2022-6-26 黑名单中的随机数,不同骰子序列的数目,操作后的最大异或和,统计无向图中无法互相到达点对数,二维网格图中探测环,检查网格中是否存在有效路径,交换字符串中的元素

1. 黑名单中的随机数

You are given an integer n and an array of unique integers blacklist. Design an algorithm to pick a random integer in the range [0, n - 1] that is not in blacklist. Any integer that is in the mentioned range and not in blacklist should be equally likely to be returned.

Optimize your algorithm such that it minimizes the number of calls to the built-in random function of your language.

Implement the Solution class:

  • Solution(int n, int[] blacklist) Initializes the object with the integer n and the blacklisted integers blacklist.
  • int pick() Returns a random integer in the range [0, n - 1] and not in blacklist.

Example

Input
["Solution", "pick", "pick", "pick", "pick", "pick", "pick", "pick"]
[[7, [2, 3, 5]], [], [], [], [], [], [], []]
Output
[null, 0, 4, 1, 6, 1, 0, 4]

代码 [哈希]

class Solution {
private:
    unordered_map<int, int> mp; // black -> white
    default_random_engine generator;
    uniform_int_distribution<int> distr;

public:
    Solution(int n, vector<int> &blacklist) {
        unordered_set<int> black, white;
        int bound = n - blacklist.size();
        for (int x:blacklist) {
            if (x >= bound) black.insert(x);
            if (x < bound) white.insert(x);
        }
        int i = bound;
        for (auto x:white) {
            while (black.count(i)) ++i;
            mp[x] = i++;
        }
        distr = uniform_int_distribution<int>(0, bound - 1);
    }

    int pick() {
        int x = distr(generator);
        return mp.count(x) ? mp[x] : x;
    }
};

2. 不同骰子序列的数目

You are given an integer n.
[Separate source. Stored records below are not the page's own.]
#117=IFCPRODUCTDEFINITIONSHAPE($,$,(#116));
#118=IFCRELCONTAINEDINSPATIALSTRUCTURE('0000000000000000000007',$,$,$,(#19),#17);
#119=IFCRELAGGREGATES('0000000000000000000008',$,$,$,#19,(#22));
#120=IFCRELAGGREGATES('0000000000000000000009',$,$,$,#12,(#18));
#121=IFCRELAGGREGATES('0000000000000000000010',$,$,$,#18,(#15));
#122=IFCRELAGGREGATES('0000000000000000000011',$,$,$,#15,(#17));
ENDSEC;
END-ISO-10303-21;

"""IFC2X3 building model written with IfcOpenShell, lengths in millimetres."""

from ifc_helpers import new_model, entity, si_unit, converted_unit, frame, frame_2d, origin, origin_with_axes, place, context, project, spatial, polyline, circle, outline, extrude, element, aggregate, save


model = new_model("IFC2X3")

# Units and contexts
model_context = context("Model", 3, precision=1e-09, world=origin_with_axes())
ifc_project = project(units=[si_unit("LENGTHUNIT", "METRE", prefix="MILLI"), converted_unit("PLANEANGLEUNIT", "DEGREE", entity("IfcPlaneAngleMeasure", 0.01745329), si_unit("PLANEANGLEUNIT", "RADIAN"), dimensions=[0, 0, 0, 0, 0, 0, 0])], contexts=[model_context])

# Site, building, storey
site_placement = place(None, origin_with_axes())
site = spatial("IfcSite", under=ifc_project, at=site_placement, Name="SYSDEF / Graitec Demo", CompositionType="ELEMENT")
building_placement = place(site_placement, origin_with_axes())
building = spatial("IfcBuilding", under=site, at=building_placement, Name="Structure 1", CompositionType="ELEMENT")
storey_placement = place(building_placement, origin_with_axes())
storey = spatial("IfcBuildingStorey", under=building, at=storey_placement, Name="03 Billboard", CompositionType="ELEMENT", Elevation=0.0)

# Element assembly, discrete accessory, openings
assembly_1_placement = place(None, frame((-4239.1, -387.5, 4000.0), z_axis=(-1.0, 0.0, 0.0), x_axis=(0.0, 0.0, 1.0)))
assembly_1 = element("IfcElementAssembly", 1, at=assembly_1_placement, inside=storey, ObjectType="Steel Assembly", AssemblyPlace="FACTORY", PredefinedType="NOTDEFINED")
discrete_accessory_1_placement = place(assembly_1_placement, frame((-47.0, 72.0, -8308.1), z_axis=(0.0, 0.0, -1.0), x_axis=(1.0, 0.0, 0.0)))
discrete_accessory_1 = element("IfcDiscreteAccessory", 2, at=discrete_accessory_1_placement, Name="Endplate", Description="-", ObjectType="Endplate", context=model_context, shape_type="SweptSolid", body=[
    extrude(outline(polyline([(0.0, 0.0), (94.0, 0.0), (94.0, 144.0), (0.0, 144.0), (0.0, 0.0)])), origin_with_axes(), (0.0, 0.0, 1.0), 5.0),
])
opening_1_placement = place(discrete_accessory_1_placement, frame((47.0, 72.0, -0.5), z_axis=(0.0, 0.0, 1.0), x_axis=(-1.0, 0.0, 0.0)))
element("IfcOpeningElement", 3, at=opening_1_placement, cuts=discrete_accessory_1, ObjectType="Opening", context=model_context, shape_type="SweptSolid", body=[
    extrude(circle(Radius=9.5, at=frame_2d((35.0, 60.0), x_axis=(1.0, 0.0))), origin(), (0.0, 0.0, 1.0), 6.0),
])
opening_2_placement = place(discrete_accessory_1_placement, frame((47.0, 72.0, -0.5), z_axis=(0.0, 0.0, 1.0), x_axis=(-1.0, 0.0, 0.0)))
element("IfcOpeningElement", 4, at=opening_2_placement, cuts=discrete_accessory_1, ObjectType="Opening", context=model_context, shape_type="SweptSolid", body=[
You roll a fair 6-sided dice n times. Determine the total number of distinct sequences of rolls possible such that the following conditions are satisfied:

  1. The greatest common divisor of any adjacent values in the sequence is equal to 1.
  2. There is at least a gap of 2 rolls between equal valued rolls. More formally, if the value of the ith roll is equal to the value of the jth roll, then abs(i - j) > 2.

Return the total number of distinct sequences possible. Since the answer may be very large, return it modulo 109 + 7.
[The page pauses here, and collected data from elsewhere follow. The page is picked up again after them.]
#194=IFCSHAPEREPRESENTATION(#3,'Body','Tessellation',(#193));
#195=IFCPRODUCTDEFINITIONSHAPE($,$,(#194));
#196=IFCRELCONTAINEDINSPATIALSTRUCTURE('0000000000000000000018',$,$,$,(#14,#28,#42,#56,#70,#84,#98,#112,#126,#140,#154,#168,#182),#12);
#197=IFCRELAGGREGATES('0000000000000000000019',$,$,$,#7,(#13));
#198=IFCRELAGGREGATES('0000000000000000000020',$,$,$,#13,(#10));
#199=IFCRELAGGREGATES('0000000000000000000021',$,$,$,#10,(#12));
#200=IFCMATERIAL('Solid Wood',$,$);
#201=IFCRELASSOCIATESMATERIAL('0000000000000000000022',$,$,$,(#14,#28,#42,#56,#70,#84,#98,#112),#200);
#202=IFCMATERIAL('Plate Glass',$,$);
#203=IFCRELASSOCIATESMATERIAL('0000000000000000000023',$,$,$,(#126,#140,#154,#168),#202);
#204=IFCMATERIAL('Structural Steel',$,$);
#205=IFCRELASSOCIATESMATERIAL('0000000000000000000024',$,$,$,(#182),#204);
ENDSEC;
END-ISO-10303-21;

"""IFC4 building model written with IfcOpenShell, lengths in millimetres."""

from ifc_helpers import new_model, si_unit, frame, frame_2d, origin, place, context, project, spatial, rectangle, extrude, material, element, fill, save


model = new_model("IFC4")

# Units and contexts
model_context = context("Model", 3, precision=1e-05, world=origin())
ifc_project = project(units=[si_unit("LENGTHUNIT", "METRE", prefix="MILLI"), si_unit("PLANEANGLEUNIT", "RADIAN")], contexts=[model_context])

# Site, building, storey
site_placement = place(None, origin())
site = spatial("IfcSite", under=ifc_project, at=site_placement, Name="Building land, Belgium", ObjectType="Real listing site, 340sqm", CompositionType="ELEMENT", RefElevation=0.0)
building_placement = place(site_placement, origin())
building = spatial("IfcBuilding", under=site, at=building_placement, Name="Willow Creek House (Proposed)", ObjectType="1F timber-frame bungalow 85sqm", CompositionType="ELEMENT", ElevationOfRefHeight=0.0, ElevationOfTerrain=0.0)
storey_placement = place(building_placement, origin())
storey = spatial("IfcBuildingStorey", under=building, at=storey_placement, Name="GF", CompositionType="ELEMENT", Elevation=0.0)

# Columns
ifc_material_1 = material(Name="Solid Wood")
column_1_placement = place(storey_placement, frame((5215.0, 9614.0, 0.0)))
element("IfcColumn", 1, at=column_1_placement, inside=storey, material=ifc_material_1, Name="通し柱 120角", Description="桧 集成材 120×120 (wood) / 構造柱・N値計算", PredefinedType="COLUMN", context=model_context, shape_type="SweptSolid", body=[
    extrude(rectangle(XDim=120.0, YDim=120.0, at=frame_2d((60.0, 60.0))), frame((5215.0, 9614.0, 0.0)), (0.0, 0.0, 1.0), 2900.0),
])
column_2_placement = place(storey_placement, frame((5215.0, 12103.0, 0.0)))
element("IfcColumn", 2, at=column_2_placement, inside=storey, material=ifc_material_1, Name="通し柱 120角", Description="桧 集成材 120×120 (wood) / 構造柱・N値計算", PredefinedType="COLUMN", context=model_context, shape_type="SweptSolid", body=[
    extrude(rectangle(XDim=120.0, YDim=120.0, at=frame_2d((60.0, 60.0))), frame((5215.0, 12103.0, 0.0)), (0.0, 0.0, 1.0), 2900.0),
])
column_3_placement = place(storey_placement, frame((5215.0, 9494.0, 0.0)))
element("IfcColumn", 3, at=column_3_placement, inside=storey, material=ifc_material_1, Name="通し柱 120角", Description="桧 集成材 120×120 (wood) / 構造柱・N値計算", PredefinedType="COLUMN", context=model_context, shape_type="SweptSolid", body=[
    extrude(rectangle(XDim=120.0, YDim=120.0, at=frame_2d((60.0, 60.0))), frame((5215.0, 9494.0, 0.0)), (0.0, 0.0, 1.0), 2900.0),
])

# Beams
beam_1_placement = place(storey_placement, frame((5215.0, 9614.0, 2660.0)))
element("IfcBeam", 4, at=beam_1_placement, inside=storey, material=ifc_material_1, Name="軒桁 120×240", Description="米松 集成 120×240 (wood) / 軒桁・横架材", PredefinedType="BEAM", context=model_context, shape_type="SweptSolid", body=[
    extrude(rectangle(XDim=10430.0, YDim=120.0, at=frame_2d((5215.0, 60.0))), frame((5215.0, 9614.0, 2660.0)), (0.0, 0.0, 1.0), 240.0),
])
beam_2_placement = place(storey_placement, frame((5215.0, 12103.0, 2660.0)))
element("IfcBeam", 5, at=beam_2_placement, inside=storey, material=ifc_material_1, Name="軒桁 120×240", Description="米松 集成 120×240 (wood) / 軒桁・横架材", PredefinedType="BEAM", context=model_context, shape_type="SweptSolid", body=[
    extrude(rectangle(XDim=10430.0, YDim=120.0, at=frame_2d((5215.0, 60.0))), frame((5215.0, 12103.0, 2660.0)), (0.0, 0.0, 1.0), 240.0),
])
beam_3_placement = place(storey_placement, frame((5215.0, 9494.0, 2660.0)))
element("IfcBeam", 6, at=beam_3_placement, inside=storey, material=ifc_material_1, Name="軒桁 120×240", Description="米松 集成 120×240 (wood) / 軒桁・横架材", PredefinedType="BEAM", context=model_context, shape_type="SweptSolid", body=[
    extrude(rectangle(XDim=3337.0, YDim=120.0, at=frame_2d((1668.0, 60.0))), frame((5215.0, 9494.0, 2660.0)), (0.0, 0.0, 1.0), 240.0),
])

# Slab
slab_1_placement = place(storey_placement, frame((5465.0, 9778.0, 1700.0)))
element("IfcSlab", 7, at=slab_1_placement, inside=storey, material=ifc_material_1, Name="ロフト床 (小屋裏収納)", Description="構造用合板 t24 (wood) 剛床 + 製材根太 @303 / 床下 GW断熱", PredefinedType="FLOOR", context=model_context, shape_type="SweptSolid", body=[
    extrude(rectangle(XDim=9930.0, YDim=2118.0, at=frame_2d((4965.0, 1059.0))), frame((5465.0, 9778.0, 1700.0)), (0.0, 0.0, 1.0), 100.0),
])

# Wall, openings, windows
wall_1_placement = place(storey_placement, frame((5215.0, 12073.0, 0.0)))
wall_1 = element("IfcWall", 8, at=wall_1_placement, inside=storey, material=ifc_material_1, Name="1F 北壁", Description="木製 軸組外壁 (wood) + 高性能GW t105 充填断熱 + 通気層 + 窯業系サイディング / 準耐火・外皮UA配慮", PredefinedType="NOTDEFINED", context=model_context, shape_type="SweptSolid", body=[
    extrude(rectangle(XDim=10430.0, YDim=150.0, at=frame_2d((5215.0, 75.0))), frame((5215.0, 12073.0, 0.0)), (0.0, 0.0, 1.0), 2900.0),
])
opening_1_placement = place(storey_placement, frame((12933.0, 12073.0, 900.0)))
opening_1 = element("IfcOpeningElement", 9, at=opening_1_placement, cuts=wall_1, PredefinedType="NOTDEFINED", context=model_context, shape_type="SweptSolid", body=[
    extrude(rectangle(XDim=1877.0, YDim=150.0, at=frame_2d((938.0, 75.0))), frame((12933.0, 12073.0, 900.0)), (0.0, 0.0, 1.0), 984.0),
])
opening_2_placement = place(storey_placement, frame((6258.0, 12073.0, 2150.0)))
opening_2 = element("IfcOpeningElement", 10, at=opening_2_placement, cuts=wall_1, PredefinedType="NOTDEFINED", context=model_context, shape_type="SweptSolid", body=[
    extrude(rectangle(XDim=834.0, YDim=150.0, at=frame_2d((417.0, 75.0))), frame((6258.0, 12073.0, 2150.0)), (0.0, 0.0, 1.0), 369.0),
Two sequences are considered distinct if at least one element is different.

Example

Input: n = 4
Output: 184

代码 [动态规划]

class Solution {
public:
    int distinctSequences(int n) {
        if (n == 1) return 6;
        vector<unordered_set<int>> pp{{}, // 通过 __gcd(x,y) 求出与自身不同的最大公约数为1的选择
                                      {2, 3, 4, 5, 6},
                                      {1, 3, 5},
                                      {1, 2, 4, 5},
                                      {1, 3, 5},
                                      {1, 2, 3, 4, 6},
                                      {1, 5}};
        vector<vector<vector<long long>>> dp(n + 1, vector<vector<long long>>(7, vector<long long>(7, 0)));
        for (int j = 1; j <= 6; ++j) {
            for (int k:pp[j]) {
                dp[2][j][k] = 1;
            }
        }
        for (int i = 3; i <= n; ++i) {
            for (int j = 1; j <= 6; ++j) {
                for (auto k:pp[j]) {
                    for (int prev = 1; prev <= 6; ++prev) {
                        if (prev == j) continue;
                        dp[i][j][k] += dp[i - 1][k][prev] % 1000000007;
                    }
                }
            }
        }
        long long ans = 0;
        for (int j = 1; j <= 6; ++j) {
            for (int k = 1; k <= 6; ++k) {
                ans += dp[n][j][k];
                ans %= 1000000007;
            }
        }
        return ans;
    }
};

3. 操作后的最大异或和

You are given a 0-indexed integer array nums. In one operation, select any non-negative integer x and an index i, then update nums[i] to be equal to nums[i] AND (nums[i] XOR x).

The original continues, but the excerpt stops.